Помню, Южин и Черневский безуспешно доказывали ему, что, выступая чаще в эпизодических ролях, чем в главных, он отнюдь не теряет завоеванных им позиций большого мастера. Они были, конечно, правы. Горев — это прежде всего блестящие сценические находки, яркие детали, эпизоды. И таких ярких моментов в его творчестве было немало.
От многих завзятых московских театралов я слышала, что они едут порой в Малый театр ради того только, чтобы посмотреть на какой-нибудь новый «горевский штришок», хотя бы на знаменитую паузу в пьесе «Порыв», о которой говорила вся театральная Москва. Но иногда вдохновение покидало Горева, «штришок» не удавался, и любители сценических эффектов уезжали из театра несолоно хлебавши.

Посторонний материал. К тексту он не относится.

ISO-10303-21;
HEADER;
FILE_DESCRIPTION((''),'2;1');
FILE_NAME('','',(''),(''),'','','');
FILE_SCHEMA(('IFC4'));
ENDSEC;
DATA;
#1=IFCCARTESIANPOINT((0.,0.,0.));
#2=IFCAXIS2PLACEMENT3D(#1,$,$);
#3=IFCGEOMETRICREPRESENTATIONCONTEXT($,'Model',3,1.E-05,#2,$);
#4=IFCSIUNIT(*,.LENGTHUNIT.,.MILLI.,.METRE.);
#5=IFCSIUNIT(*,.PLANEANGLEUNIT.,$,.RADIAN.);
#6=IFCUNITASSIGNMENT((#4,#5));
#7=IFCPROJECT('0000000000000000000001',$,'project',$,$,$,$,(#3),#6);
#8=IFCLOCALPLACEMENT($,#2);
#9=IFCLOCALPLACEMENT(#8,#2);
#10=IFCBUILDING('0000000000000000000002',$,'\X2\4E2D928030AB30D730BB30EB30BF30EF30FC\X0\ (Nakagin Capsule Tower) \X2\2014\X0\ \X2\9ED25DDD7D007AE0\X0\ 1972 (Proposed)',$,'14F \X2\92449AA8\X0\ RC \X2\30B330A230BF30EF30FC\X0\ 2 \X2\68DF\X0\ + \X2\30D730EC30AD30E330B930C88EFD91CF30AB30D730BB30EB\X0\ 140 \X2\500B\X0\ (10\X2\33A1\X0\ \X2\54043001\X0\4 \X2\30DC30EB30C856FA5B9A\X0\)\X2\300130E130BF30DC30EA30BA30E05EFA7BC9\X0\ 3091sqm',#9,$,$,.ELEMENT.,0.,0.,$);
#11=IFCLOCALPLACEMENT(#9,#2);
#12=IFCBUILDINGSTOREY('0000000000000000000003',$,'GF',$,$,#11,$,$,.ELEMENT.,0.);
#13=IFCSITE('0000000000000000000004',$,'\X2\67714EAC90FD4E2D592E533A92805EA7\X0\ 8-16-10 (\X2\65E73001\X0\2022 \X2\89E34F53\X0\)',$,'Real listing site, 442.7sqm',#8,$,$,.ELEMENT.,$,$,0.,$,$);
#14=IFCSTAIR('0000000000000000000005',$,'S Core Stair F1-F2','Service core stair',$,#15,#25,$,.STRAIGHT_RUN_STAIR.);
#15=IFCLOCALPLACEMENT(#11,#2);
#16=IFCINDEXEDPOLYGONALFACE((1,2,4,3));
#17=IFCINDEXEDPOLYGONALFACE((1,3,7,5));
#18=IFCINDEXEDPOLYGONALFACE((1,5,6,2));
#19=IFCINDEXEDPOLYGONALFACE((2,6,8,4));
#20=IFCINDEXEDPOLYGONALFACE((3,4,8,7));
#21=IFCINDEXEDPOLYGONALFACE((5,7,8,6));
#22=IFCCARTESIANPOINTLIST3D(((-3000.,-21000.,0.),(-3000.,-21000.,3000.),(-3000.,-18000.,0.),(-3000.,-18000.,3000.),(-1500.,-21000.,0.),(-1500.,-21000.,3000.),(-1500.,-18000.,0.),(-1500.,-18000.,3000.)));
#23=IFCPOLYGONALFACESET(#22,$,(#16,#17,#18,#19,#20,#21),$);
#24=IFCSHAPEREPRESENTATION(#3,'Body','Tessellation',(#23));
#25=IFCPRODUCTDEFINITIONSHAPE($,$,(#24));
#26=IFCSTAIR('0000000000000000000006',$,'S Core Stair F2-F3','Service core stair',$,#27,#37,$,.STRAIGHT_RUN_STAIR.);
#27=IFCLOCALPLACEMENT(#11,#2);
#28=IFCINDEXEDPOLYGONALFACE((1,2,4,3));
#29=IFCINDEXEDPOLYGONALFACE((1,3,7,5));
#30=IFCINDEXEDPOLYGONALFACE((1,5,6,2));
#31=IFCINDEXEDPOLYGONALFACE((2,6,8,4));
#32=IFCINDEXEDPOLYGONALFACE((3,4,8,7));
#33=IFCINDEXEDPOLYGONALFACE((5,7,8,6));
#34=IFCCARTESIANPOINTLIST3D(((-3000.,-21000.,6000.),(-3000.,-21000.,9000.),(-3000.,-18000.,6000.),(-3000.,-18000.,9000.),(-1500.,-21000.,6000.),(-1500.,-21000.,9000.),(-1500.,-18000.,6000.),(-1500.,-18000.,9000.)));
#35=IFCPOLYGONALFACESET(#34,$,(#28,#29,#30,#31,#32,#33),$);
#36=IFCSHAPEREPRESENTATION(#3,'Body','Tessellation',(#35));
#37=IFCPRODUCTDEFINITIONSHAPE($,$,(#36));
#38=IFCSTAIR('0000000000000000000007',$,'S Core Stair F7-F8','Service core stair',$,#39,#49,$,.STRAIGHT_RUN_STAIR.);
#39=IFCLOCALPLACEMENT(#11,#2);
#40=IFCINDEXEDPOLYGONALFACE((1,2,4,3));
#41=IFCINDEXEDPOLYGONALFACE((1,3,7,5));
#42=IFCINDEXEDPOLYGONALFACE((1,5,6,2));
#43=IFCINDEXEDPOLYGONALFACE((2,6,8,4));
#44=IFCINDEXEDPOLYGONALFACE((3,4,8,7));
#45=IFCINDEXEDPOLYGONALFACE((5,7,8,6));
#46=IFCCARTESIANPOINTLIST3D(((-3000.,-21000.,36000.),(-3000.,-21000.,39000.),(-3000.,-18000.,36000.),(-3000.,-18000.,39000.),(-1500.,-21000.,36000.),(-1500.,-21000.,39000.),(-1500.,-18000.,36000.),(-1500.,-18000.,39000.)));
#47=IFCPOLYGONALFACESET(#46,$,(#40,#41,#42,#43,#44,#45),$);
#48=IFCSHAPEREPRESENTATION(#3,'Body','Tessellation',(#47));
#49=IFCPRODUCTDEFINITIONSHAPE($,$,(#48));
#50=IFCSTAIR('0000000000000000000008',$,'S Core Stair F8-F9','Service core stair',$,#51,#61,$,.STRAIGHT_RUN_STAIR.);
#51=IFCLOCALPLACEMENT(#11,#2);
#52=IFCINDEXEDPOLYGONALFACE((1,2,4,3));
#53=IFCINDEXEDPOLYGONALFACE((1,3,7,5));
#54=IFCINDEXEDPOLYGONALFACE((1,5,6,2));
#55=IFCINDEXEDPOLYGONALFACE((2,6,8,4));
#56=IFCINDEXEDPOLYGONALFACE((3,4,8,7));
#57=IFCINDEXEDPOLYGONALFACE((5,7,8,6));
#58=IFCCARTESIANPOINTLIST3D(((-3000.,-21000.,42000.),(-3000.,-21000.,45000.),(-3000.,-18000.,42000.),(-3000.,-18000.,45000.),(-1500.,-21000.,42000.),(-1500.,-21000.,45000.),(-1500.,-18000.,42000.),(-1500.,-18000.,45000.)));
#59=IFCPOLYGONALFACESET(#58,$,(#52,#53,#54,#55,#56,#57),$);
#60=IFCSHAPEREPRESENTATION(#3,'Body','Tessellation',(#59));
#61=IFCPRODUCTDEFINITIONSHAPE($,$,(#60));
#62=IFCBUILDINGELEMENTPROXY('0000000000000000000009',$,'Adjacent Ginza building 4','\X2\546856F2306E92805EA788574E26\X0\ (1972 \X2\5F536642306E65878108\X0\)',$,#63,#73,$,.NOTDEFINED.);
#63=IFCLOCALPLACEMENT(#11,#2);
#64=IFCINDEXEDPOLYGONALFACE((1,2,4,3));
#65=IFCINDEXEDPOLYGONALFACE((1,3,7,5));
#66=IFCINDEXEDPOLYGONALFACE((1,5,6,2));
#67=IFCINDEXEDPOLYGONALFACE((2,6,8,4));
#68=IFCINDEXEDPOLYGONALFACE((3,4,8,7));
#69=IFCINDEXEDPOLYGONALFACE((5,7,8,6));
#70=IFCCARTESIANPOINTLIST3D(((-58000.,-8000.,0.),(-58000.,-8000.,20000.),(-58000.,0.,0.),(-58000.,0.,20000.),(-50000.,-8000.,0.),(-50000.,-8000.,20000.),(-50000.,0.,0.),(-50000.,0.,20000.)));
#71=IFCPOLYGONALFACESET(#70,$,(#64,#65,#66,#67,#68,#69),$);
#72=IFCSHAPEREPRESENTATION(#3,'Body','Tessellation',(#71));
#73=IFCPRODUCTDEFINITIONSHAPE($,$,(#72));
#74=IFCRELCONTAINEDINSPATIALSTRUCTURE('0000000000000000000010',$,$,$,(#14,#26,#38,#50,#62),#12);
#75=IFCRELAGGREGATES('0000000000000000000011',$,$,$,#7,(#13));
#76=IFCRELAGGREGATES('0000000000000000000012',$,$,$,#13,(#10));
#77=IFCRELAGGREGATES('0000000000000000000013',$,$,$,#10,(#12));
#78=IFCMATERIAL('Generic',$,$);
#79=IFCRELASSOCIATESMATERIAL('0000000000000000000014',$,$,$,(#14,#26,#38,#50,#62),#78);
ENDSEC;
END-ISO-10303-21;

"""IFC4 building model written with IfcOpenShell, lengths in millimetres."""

from ifc_helpers import new_model, si_unit, frame, frame_2d, origin, place, context, project, spatial, rectangle, extrude, material, element, save


model = new_model("IFC4")

# Units and contexts
model_context = context("Model", 3, precision=1e-05, world=origin())
ifc_project = project(units=[si_unit("LENGTHUNIT", "METRE", prefix="MILLI"), si_unit("PLANEANGLEUNIT", "RADIAN")], contexts=[model_context])

# Site, building, storey
site_placement = place(None, origin())
site = spatial("IfcSite", under=ifc_project, at=site_placement, Name="東京都中央区銀座 8-16-10 (旧、2022 解体)", ObjectType="Real listing site, 442.7sqm", CompositionType="ELEMENT", RefElevation=0.0)
building_placement = place(site_placement, origin())
building = spatial("IfcBuilding", under=site, at=building_placement, Name="中銀カプセルタワー (Nakagin Capsule Tower) — 黒川紀章 1972 (Proposed)", ObjectType="14F 鉄骨 RC コアタワー 2 棟 + プレキャスト軽量カプセル 140 個 (10㎡ 各、4 ボルト固定)、メタボリズム建築 3091sqm", CompositionType="ELEMENT", ElevationOfRefHeight=0.0, ElevationOfTerrain=0.0)
storey_placement = place(building_placement, origin())
storey = spatial("IfcBuildingStorey", under=building, at=storey_placement, Name="GF", CompositionType="ELEMENT", Elevation=0.0)

# Stairs
ifc_material_1 = material(Name="Generic")
stair_1_placement = place(storey_placement, frame((-1500.0, -10500.0, 0.0)))
element("IfcStair", 1, at=stair_1_placement, inside=storey, material=ifc_material_1, Name="S Core Stair F1-F2", Description="Service core stair", PredefinedType="STRAIGHT_RUN_STAIR", context=model_context, shape_type="SweptSolid", body=[
    extrude(rectangle(XDim=1500.0, YDim=3000.0, at=frame_2d((750.0, 1500.0))), frame((-1500.0, -10500.0, 0.0)), (0.0, 0.0, 1.0), 3000.0),
])
stair_2_placement = place(storey_placement, frame((-1500.0, -10500.0, 3000.0)))
element("IfcStair", 2, at=stair_2_placement, inside=storey, material=ifc_material_1, Name="S Core Stair F2-F3", Description="Service core stair", PredefinedType="STRAIGHT_RUN_STAIR", context=model_context, shape_type="SweptSolid", body=[
    extrude(rectangle(XDim=1500.0, YDim=3000.0, at=frame_2d((750.0, 1500.0))), frame((-1500.0, -10500.0, 3000.0)), (0.0, 0.0, 1.0), 3000.0),
])
stair_3_placement = place(storey_placement, frame((-1500.0, -10500.0, 18000.0)))
element("IfcStair", 3, at=stair_3_placement, inside=storey, material=ifc_material_1, Name="S Core Stair F7-F8", Description="Service core stair", PredefinedType="STRAIGHT_RUN_STAIR", context=model_context, shape_type="SweptSolid", body=[
    extrude(rectangle(XDim=1500.0, YDim=3000.0, at=frame_2d((750.0, 1500.0))), frame((-1500.0, -10500.0, 18000.0)), (0.0, 0.0, 1.0), 3000.0),
])
stair_4_placement = place(storey_placement, frame((-1500.0, -10500.0, 21000.0)))
element("IfcStair", 4, at=stair_4_placement, inside=storey, material=ifc_material_1, Name="S Core Stair F8-F9", Description="Service core stair", PredefinedType="STRAIGHT_RUN_STAIR", context=model_context, shape_type="SweptSolid", body=[
    extrude(rectangle(XDim=1500.0, YDim=3000.0, at=frame_2d((750.0, 1500.0))), frame((-1500.0, -10500.0, 21000.0)), (0.0, 0.0, 1.0), 3000.0),
])

# Building element proxy
proxy_1_placement = place(storey_placement, frame((-29000.0, -4000.0, 0.0)))
element("IfcBuildingElementProxy", 5, at=proxy_1_placement, inside=storey, material=ifc_material_1, Name="Adjacent Ginza building 4", Description="周囲の銀座街並 (1972 当時の文脈)", PredefinedType="NOTDEFINED", context=model_context, shape_type="SweptSolid", body=[
    extrude(rectangle(XDim=8000.0, YDim=8000.0, at=frame_2d((4000.0, 4000.0))), frame((-29000.0, -4000.0, 0.0)), (0.0, 0.0, 1.0), 20000.0),
])

save(model, "model.ifc")
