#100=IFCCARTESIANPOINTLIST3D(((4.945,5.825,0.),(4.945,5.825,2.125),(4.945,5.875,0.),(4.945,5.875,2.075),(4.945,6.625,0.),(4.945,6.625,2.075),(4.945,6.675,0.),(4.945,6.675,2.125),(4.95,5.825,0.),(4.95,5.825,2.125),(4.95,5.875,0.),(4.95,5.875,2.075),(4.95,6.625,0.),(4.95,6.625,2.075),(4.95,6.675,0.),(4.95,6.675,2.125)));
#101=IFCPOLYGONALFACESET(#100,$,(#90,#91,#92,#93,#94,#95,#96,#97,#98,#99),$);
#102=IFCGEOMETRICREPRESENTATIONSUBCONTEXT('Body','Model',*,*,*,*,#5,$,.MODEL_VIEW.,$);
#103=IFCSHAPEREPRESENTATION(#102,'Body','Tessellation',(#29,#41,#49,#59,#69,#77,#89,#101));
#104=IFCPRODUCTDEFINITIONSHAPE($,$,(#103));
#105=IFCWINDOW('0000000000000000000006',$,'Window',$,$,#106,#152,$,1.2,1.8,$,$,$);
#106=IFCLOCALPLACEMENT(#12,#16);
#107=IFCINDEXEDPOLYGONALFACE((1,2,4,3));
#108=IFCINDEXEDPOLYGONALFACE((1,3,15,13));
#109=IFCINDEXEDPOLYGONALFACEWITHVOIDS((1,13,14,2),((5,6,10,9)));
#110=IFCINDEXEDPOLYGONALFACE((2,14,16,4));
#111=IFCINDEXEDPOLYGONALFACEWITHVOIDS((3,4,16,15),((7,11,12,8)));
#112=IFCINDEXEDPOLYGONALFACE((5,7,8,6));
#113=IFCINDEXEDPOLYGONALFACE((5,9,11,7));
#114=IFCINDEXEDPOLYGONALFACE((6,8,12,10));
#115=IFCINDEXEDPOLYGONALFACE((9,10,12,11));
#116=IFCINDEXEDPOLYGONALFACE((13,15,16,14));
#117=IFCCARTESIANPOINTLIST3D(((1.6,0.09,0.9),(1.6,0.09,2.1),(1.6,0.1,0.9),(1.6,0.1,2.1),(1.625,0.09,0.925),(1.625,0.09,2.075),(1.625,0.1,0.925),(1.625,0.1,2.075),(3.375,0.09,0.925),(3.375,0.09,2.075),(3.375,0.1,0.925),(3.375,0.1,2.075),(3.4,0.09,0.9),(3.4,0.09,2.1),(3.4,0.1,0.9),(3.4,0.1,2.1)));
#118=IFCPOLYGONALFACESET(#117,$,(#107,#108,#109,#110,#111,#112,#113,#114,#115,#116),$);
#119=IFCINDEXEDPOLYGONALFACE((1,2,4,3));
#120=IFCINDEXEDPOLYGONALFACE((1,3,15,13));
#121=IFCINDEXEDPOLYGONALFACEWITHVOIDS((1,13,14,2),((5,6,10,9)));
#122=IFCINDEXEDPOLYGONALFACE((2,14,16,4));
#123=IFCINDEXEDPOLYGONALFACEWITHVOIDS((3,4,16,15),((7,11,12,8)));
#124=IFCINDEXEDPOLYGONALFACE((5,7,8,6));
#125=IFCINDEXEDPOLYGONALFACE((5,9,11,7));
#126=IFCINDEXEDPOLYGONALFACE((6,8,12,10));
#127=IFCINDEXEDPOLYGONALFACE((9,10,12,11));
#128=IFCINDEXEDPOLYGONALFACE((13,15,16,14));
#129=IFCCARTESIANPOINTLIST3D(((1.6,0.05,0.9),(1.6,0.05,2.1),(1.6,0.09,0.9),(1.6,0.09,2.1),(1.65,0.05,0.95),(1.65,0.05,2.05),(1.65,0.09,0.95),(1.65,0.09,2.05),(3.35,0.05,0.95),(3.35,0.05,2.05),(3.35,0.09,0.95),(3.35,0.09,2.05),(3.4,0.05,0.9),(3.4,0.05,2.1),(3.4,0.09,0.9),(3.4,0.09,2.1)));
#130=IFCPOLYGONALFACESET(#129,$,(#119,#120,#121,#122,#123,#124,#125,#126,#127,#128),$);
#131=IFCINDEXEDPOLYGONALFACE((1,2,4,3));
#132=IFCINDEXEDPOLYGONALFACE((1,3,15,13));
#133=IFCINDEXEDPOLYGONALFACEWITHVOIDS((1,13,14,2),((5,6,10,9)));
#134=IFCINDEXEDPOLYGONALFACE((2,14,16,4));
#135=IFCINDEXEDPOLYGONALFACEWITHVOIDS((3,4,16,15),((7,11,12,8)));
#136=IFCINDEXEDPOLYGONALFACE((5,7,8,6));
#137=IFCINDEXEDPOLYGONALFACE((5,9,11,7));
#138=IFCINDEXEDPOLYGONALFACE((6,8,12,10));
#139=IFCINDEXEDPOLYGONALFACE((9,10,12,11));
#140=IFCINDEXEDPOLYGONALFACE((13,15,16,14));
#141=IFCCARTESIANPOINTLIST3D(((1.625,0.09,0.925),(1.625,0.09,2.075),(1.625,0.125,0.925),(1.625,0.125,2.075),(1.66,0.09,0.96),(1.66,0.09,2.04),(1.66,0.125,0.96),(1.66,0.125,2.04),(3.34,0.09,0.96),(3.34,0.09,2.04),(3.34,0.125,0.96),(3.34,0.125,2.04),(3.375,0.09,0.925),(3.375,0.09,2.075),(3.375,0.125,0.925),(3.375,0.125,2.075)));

В «Дворянском гнезде» Горев свое природное обаяние, изящество и красоту мастерски использовал, чтобы раскрыть бессодержательность и светскую пустоту Паншина.
Ольга Осиповна Садовская занимает в моих воспоминаниях о Малом театре особое место. Образы, созданные этой артисткой, и теперь, через полстолетия, служат для меня практическим руководством в сценической работе.
На тургеневском спектакле в московском Малом театре я только восторгалась игрой Ольги Осиповны, а теперь, работая сама над той же ролью Марфы Тимофеевны, стараюсь вспомнить каждую мельчайшую деталь, каждый штрих созданного ею образа. Удивительно, с какою легкостью Садовская сумела переключиться со своего «первородного» амплуа свахи на совсем для нее новое. Без всякого нажима, почти не гримируясь, она создала незабываемый образ властной барыни-помещицы, умеющей повелевать, требовать и даже относиться с презрением к чиновным людям. В высокомерной, полной сознания помещичьего достоинства фразе: «Ну, да что говорить — попович!», брошенной по адресу статского советника Гедеоновского, нельзя было подслушать ни одной привычной интонации подхалимства, подобострастия и униженной лести приживалки или свахи. Не яркими и грубыми мазками, а топким, едва уловимым штрихом этот замечательный мастер сцены выявлял основную черту характеристики убежденной в сроем превосходстве дворянки.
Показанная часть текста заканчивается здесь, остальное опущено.